Swarajya is an English-language Indian right-wing monthly print magazine and news portal. The publication reports favourably on the Bharatiya Janata Party and has published misinformation on many occasions.

R. Jagannathan is the current editorial director. Originally established in 1956 as a weekly under the patronage of C. Rajagopalachari, it shut down in 1980 but was relaunched in September 2014, as a daily news website; a monthly print magazine was launched in January 2015.

== History ==
Swarajya was launched as a weekly magazine in 1956 by journalist Khasa Subba Rao, under the patronage of C. Rajagopalachari, a prominent independence activist and one of the founders of the Swatantra Party.

The magazine strongly advocated individual freedom and freedom of enterprise as against Nehru's socialist policies. Minoo Masani, Ramaswamy Venkataraman, and R. K. Laxman have contributed to the magazine. After Rajagopalachari's death in 1972, the magazine slowly began to decline and eventually closed in 1980.

=== Relaunch in 2014 ===
The magazine was relaunched as an online daily in September 2014, with Sandipan Deb as the Editorial Director; the first edition of the print magazine was launched in January 2015. Coimbatore-based Kovai Media Private Limited purchased the rights to the magazine from Chennai-based Bharathan Publishers, along with 40,000 pages from the earlier editions of the magazine. The magazine describes itself as "a big tent for liberal right of centre discourse".

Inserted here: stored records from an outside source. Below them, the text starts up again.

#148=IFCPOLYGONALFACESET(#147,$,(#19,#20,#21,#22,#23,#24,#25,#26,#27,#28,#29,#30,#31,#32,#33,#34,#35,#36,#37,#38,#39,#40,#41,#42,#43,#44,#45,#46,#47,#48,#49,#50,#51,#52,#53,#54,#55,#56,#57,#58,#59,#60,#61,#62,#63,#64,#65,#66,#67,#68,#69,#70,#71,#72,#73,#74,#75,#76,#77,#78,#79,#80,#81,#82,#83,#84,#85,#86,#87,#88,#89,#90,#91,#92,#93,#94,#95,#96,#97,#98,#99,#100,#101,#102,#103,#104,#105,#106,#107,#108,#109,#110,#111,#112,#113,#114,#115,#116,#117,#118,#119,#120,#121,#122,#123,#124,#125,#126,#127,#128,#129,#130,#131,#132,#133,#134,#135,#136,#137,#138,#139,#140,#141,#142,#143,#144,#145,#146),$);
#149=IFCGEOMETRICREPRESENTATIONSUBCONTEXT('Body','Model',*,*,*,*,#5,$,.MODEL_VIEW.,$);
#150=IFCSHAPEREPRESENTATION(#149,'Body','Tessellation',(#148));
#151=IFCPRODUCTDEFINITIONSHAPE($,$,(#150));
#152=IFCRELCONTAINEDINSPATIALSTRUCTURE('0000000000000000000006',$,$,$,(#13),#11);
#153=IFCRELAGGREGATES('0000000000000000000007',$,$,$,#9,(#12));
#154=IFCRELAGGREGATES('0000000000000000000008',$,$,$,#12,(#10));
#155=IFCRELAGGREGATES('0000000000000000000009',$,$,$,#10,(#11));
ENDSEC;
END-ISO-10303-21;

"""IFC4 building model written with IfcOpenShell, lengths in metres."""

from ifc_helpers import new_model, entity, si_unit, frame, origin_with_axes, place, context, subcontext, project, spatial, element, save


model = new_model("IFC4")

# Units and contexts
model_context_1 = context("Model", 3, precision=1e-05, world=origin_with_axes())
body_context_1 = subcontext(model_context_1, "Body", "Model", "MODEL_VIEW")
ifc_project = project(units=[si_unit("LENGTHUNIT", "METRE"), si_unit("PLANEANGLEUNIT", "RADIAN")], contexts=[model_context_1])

In October 2016, it acquired OpIndia; in 2018, it became an independent entity. In 2018, Swarajya launched its Hindi edition.

== Reception ==
The website has misreported news on multiple occasions, according to fact-checkers including Alt News and Boom. Columnists working for Swarajya have allegedly engaged in a variety of trolling over Twitter. Journalists working for Swarajya have propagated communally charged fake news via their personal accounts. Swarajya was blacklisted from English Wikipedia in 2020 alongside OpIndia and Hindu nationalist website TFIpost.